- EXERCISE DIRECTIONS
Your answer should be the lines of the material that include the word "クローゼット".

START STUDY MATERIAL

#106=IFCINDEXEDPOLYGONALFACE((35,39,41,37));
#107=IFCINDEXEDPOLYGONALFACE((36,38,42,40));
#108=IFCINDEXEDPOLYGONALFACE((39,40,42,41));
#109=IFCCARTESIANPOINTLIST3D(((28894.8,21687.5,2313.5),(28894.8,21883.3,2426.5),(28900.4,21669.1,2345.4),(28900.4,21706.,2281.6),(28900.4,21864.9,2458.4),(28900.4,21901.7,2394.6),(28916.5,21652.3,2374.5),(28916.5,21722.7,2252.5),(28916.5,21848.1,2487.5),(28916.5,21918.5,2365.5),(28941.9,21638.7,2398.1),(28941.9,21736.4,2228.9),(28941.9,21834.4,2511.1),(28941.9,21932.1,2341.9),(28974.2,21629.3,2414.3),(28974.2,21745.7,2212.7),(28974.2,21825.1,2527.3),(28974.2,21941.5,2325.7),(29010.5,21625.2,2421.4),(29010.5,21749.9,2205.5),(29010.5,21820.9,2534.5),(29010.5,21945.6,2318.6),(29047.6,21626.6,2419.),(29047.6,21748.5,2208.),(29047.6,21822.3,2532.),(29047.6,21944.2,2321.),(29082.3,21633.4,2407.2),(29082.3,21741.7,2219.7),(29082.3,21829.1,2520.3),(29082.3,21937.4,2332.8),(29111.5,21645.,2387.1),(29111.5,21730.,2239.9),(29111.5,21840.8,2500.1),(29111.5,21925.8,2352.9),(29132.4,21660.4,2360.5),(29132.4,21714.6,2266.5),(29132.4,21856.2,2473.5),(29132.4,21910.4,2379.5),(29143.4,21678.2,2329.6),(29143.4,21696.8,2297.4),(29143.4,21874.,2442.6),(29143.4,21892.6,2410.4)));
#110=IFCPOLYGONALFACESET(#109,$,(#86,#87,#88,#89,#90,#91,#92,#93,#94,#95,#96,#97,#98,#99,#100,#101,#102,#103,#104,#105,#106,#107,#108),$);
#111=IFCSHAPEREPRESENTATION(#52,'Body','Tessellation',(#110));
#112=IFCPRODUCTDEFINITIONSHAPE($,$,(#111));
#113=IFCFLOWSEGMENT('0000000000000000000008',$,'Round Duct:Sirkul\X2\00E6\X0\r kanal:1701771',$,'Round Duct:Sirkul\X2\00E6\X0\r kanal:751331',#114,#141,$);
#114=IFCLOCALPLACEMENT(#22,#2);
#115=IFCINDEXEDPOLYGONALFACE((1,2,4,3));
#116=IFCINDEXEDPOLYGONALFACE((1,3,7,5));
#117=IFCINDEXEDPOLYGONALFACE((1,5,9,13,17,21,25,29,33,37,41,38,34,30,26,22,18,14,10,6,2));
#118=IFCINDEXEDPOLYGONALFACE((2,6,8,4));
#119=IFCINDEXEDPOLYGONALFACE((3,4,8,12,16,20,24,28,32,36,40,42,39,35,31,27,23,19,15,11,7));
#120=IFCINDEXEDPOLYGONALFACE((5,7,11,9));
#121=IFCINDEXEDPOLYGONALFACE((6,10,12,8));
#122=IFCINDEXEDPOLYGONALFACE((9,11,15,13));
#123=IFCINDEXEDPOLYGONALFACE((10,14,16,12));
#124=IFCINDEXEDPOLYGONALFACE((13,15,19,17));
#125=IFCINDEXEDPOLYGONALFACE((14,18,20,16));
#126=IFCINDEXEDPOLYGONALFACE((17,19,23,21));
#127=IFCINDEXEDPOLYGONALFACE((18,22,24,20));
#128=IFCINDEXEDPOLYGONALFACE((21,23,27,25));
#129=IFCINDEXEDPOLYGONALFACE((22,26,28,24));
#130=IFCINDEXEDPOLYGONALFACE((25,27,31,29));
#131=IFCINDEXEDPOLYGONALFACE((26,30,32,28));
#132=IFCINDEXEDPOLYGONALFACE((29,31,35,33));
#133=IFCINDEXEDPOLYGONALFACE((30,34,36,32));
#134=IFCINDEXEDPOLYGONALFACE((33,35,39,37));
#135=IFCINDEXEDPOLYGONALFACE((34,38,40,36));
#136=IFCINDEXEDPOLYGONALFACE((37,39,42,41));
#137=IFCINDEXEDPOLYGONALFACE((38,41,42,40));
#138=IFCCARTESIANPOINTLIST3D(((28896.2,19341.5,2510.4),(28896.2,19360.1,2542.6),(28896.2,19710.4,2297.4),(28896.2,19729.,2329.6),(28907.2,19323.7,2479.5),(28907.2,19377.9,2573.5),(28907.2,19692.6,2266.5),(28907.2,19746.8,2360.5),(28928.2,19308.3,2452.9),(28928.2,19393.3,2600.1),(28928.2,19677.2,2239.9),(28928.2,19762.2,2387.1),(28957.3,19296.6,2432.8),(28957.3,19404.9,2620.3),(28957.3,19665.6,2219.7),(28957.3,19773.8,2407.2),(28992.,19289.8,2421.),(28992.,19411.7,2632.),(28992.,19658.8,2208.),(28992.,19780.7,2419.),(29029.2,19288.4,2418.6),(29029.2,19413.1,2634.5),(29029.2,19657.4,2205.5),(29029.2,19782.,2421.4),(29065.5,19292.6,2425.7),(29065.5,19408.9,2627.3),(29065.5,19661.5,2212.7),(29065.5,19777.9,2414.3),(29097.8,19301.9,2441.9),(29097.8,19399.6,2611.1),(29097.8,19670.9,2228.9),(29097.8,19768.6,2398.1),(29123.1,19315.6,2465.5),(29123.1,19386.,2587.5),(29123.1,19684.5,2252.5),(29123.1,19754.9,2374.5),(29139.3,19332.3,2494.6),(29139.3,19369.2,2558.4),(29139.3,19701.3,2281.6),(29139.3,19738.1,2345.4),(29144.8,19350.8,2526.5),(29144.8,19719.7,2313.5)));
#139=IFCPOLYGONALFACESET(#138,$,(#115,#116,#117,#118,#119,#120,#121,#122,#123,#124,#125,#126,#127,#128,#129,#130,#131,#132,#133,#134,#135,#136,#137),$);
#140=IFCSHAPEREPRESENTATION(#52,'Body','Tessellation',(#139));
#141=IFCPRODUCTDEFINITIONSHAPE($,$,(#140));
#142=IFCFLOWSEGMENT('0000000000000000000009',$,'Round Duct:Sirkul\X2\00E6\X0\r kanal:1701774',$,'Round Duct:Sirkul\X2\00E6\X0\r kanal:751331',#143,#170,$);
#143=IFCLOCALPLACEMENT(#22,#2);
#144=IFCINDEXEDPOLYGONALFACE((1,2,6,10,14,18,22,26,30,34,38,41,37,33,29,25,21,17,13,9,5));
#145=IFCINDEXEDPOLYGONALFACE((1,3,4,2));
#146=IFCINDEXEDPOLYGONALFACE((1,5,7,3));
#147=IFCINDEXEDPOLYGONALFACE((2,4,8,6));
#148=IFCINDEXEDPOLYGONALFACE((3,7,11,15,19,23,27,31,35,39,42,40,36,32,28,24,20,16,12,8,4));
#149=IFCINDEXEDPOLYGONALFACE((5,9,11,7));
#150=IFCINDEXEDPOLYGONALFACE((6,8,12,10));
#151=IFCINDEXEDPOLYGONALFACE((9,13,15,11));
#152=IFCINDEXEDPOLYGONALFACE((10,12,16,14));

END STUDY MATERIAL
START STUDY MATERIAL

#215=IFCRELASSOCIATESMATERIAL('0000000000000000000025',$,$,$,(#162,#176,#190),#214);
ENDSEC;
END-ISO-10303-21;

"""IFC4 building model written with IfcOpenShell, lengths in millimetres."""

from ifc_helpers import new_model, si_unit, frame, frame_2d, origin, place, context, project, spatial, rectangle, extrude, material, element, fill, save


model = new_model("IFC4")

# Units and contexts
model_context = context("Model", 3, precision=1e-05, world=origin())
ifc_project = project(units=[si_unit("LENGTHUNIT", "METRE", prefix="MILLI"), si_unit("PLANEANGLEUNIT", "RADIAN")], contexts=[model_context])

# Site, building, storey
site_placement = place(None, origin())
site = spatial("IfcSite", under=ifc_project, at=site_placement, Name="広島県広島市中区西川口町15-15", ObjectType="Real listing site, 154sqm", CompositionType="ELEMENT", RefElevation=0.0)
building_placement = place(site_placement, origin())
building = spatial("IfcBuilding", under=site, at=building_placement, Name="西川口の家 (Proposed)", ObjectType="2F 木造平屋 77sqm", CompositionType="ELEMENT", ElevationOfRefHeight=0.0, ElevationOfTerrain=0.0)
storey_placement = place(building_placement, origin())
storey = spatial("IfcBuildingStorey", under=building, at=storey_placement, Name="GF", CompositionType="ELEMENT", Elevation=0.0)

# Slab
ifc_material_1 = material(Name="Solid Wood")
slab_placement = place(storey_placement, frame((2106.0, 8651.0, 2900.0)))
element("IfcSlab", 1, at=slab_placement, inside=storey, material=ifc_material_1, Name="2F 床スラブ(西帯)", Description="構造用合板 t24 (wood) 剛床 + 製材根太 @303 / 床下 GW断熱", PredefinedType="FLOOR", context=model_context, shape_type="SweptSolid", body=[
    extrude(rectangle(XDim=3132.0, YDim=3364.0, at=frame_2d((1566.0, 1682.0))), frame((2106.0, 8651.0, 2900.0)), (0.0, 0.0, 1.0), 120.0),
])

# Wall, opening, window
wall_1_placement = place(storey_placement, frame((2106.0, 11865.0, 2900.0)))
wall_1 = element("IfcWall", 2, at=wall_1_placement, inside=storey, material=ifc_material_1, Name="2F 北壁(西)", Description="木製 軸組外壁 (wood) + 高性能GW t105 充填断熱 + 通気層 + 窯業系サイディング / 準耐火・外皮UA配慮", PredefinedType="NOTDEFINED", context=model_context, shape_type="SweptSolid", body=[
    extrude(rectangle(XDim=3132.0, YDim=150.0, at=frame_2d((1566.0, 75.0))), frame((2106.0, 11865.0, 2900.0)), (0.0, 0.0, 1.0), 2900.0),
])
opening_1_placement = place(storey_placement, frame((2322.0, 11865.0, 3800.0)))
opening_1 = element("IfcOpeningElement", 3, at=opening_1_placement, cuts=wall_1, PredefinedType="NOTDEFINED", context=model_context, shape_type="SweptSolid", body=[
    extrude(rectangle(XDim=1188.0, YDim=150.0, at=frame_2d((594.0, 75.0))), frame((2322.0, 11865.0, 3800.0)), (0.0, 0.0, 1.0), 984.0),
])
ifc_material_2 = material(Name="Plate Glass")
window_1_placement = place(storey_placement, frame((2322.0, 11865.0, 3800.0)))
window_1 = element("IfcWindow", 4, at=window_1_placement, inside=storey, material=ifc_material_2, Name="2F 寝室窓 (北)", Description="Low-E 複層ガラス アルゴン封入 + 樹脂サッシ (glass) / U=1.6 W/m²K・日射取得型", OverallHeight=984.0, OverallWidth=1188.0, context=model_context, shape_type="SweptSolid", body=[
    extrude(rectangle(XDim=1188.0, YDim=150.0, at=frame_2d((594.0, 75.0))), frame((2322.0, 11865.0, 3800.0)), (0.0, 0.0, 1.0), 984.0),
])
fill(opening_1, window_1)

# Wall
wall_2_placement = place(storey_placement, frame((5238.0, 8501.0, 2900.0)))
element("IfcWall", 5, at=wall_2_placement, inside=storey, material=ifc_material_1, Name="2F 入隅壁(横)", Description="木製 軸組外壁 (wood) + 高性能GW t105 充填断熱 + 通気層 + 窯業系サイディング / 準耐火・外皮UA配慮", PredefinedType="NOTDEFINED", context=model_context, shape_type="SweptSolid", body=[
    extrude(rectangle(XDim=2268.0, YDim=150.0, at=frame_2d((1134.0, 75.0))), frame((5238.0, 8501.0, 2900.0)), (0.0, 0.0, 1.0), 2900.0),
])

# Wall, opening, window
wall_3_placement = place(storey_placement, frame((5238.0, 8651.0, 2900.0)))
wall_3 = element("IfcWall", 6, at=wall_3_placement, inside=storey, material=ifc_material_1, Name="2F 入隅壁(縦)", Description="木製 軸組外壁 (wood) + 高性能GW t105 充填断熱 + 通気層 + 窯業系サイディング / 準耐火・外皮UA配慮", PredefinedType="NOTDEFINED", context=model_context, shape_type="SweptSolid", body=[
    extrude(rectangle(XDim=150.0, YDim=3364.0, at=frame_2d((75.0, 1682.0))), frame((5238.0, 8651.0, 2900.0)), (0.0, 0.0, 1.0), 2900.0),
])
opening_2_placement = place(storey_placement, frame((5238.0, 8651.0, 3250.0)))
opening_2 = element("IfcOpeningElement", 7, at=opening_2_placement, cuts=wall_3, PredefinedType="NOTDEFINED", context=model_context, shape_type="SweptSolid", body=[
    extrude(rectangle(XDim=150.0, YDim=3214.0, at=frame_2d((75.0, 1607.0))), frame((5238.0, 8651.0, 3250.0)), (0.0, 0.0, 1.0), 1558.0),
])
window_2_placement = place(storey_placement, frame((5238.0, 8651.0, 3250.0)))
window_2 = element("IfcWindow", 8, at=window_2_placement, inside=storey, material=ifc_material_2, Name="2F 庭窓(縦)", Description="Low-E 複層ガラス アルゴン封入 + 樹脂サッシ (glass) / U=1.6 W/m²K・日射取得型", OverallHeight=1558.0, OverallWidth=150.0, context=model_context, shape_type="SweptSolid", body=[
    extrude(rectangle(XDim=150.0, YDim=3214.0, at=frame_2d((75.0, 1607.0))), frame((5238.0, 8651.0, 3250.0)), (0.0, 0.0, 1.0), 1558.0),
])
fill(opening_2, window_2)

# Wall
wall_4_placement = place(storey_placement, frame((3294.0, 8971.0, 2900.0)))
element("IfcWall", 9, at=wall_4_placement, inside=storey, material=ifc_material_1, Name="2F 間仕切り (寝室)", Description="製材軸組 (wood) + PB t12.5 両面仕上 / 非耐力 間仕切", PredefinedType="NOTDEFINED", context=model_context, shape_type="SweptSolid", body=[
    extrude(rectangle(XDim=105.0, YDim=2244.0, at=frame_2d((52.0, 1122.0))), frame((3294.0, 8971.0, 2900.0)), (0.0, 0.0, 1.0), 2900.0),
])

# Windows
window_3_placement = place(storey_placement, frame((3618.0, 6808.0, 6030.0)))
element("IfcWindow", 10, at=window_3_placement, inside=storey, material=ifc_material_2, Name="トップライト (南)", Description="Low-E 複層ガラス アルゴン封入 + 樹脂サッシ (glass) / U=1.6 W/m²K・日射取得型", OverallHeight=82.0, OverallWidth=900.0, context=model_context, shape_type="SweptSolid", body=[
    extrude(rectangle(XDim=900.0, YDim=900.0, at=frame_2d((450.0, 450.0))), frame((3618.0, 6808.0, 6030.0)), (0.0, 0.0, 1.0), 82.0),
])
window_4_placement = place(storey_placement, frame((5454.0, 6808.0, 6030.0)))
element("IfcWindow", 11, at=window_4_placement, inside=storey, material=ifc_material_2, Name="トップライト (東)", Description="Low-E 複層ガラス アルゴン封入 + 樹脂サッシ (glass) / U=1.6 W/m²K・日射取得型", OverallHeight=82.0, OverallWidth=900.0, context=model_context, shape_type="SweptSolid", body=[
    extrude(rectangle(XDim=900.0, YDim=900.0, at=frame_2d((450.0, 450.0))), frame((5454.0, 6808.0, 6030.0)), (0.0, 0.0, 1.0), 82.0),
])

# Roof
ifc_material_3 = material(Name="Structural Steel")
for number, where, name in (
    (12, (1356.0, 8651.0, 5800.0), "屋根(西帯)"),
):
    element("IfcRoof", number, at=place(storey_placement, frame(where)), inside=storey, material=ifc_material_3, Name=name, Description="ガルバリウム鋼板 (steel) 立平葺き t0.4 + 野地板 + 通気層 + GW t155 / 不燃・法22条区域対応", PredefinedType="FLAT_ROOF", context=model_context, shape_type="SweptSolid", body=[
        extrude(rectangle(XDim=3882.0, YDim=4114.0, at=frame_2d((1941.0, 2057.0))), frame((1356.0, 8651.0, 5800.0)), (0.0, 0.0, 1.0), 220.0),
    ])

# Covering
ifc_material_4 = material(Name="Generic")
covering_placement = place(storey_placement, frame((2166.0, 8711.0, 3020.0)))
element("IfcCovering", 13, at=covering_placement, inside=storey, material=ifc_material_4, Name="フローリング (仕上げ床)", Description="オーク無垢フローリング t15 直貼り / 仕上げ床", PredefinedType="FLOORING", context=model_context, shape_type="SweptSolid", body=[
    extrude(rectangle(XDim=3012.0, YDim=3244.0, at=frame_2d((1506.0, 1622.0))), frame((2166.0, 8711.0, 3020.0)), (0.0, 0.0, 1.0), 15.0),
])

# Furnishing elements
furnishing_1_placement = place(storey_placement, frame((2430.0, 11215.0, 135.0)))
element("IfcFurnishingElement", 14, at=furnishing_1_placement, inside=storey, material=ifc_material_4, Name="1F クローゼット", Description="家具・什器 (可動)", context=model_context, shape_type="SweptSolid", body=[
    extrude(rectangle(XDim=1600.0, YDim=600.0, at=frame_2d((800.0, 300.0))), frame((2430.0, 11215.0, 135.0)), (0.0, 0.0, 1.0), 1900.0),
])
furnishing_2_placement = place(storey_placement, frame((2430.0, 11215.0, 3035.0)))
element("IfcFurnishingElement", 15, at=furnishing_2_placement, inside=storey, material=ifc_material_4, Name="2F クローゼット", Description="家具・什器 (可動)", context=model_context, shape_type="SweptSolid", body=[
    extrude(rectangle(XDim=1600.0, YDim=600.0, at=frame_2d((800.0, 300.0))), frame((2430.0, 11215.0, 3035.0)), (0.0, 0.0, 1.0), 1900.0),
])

END STUDY MATERIAL
START STUDY MATERIAL

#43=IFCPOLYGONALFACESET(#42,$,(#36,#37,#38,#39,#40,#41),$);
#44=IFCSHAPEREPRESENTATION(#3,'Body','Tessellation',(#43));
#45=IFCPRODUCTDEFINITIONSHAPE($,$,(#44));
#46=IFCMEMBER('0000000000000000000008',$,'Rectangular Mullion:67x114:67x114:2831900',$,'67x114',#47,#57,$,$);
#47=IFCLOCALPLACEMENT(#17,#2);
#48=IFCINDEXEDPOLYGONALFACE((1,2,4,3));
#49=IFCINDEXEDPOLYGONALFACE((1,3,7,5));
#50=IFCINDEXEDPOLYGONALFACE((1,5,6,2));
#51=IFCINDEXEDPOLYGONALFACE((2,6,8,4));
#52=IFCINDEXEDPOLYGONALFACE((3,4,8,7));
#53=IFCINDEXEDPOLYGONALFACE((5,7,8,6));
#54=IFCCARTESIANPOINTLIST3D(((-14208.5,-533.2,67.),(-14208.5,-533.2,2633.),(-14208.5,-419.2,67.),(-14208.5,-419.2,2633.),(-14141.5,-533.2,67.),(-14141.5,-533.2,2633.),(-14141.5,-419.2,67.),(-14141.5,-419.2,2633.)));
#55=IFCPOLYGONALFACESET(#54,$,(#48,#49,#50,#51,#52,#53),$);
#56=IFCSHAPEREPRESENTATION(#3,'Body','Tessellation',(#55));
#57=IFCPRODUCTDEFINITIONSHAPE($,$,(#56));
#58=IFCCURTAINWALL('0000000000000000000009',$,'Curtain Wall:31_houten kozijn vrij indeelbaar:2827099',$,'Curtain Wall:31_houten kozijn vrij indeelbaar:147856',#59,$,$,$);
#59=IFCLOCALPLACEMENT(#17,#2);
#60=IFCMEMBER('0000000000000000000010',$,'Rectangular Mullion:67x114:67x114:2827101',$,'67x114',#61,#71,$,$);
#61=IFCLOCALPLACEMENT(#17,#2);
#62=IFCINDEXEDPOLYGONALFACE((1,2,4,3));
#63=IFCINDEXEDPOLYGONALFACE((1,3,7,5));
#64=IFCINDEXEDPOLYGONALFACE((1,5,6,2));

END STUDY MATERIAL

- ANSWER SPACE
element("IfcFurnishingElement", 14, at=furnishing_1_placement, inside=storey, material=ifc_material_4, Name="1F クローゼット", Description="家具・什器 (可動)", context=model_context, shape_type="SweptSolid", body=[
element("IfcFurnishingElement", 15, at=furnishing_2_placement, inside=storey, material=ifc_material_4, Name="2F クローゼット", Description="家具・什器 (可動)", context=model_context, shape_type="SweptSolid", body=[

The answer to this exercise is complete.